- INDEX目次
目次【非表示】
- 1.HBMが持つ4つの優れた特徴
- 1-1.特徴1:圧倒的なデータ転送速度を実現する広帯域幅
- 1-2.特徴2:チップを積層する3D構造による省スペース化
- 1-3.特徴3:少ないエネルギーで動作する高い電力効率
- 1-4.特徴4:プロセッサとの近接配置でシステム性能を最大化
- 2.従来のDDR5メモリとHBMの性能を比較
- 2-1.データ転送速度(帯域幅)の違い
- 2-2.消費電力とエネルギー効率の違い
- 2-3.チップのサイズと実装方式の違い
- 3.HBMはどのような分野で活用されているのか
- 4.生成AIや大規模データセンターの性能向上
- 4-1.スーパーコンピュータなど科学技術計算の高速化
- 4-2.高解像度グラフィックス処理や快適なゲーミング体験
- 5.HBMが抱える今後の課題
- 6.製造コストの高さと複雑な製造プロセス
- 6-1.発熱量の管理と冷却システムの必要性
- 7.HBMの将来性と今後の市場予測
- 7-1.次世代規格「HBM3E」や「HBM4」への進化
- 7-2.次世代規格「HBM3E」や「HBM4」への進化
- 8.まとめ
HBMとは、High Bandwidth Memoryの略称で、複数のDRAMチップを垂直に積み重ねた3D積層構造を持つ次世代の半導体メモリです。従来のDRAMとは異なり、シリコン貫通電極(TSV)を用いてチップ間を接続することで、超高速かつ大容量のデータ転送を実現しています。この革新的なmemory技術は、GPUやAIプロセッサの性能を最大限に引き出すために開発されました。AIトレーニング、スーパーコンピュータ、高性能グラフィックス処理など、膨大なデータを高速に処理する用途に不可欠な技術として注目されています。

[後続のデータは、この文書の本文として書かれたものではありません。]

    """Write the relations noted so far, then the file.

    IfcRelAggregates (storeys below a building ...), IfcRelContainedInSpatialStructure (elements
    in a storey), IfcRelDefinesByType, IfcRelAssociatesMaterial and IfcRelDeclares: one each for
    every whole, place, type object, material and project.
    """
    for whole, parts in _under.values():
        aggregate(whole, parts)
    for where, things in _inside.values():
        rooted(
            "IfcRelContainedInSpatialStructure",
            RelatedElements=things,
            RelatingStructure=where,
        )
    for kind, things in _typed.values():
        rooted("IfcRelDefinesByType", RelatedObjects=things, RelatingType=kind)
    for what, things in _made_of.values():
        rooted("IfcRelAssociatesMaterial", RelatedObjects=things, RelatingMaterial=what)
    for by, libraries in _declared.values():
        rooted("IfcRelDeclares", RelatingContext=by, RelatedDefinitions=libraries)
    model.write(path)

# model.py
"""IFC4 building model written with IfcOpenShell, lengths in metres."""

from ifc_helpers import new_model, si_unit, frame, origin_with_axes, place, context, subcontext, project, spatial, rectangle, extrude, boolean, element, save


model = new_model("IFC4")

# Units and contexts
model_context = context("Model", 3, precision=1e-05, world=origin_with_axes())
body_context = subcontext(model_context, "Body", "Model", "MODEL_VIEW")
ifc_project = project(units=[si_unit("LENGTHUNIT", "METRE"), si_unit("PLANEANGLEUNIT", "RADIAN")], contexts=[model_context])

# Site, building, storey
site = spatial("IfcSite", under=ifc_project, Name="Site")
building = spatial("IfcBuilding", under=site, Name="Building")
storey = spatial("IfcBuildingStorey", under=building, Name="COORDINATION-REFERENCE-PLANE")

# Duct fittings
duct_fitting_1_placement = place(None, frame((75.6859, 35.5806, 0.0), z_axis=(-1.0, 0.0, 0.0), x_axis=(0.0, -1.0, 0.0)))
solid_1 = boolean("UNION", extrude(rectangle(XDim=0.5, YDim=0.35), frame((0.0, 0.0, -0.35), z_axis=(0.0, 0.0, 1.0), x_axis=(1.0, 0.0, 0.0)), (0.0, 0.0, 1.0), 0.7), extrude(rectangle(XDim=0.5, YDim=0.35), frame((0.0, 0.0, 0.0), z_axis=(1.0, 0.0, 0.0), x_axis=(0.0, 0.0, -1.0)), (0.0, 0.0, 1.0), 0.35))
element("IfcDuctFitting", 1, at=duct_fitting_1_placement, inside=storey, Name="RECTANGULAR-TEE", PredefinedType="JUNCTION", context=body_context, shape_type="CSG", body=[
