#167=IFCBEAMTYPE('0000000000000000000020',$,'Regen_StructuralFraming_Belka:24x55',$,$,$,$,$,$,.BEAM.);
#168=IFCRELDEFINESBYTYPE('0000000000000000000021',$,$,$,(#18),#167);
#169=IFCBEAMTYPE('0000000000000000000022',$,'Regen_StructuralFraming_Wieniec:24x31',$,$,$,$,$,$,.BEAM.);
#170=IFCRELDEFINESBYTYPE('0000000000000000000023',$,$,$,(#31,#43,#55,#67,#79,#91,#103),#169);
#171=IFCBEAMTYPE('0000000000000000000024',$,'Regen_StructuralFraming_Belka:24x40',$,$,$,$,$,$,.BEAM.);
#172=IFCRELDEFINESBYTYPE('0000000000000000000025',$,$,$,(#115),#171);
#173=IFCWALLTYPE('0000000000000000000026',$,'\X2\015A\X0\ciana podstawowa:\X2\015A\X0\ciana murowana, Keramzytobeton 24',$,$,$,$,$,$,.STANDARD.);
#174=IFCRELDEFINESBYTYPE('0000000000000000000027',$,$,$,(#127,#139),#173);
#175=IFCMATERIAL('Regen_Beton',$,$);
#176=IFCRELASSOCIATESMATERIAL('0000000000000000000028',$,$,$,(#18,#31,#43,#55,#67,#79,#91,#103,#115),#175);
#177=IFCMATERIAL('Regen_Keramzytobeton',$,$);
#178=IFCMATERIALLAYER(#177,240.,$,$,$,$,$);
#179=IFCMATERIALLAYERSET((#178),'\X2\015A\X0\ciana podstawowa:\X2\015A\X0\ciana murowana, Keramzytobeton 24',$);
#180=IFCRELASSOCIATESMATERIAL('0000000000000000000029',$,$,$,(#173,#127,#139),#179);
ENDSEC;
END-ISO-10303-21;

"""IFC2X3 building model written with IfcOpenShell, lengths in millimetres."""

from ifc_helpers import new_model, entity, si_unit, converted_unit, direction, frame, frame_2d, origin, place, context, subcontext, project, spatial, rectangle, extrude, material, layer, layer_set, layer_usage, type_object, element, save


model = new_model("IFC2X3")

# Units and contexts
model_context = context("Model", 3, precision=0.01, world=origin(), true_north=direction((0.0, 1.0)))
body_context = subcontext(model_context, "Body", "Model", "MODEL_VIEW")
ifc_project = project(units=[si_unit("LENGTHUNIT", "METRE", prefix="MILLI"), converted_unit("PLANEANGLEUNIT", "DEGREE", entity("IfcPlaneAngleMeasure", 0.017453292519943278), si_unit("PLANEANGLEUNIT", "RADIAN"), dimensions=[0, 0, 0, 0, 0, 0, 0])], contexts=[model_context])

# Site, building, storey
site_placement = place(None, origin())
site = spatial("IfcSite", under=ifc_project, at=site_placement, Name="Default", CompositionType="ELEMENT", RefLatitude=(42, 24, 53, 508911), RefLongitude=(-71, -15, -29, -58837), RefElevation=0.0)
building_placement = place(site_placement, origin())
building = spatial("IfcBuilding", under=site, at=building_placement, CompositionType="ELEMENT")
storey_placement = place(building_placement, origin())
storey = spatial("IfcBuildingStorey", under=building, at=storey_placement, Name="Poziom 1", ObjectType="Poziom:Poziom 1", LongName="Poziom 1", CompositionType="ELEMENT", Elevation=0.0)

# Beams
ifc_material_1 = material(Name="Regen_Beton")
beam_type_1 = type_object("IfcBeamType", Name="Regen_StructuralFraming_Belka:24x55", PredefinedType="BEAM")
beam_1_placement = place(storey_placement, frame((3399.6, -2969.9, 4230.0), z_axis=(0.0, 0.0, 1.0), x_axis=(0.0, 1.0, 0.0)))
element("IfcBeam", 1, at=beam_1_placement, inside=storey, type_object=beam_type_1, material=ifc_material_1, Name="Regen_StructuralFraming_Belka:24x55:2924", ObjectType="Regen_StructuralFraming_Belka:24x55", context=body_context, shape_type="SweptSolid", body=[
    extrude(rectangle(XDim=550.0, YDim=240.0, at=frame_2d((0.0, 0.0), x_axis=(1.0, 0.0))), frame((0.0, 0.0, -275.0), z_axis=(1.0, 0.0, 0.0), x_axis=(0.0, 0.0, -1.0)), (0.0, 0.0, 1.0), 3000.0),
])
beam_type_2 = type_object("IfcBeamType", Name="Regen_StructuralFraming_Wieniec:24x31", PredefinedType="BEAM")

※DRAMチップは、コンピュータやスマートフォンなどで使われるメインメモリ(RAM)の中身そのもの。
正式には Dynamic Random Access Memory(動的ランダムアクセスメモリ) の略で、
データを一時的に記憶・読み書きするための半導体チップのこと。
ひたらく言うと、DRAMチップ = 「脳の短期記憶の1セル」みたいなもの。
パソコンが「今計算してる最中の情報」や「開いてるアプリのデータ」を
一時的に保存しておくために使われる。
HBMが持つ4つの優れた特徴
HBMには主に4つの優れた特徴があります。一つ目は、広帯域幅による圧倒的なデータ転送速度で
二つ目は、DRAMチップを垂直に積み重ねる3D構造による省スペース化です。
三つ目は、少ないエネルギーで動作する高い電力効率です。
四つ目は、プロセッサとの近接配置でシステム性能を最大化できる点です。詳しくみていきましょう。
特徴1:圧倒的なデータ転送速度を実現する広帯域幅
HBM(High Bandwidth Memory)は、その名の通り、非常に高い帯域幅を持つメモリ技術で、その広帯域幅は、メモリとプロセッサ間でのデータ転送速度を飛躍的に向上させることを可能にしています。HBMは複数のDRAMチップを垂直に積み重ね、シリコン貫通ビア(TSV)と呼ばれる技術で接続する3D積層構造を採用しています。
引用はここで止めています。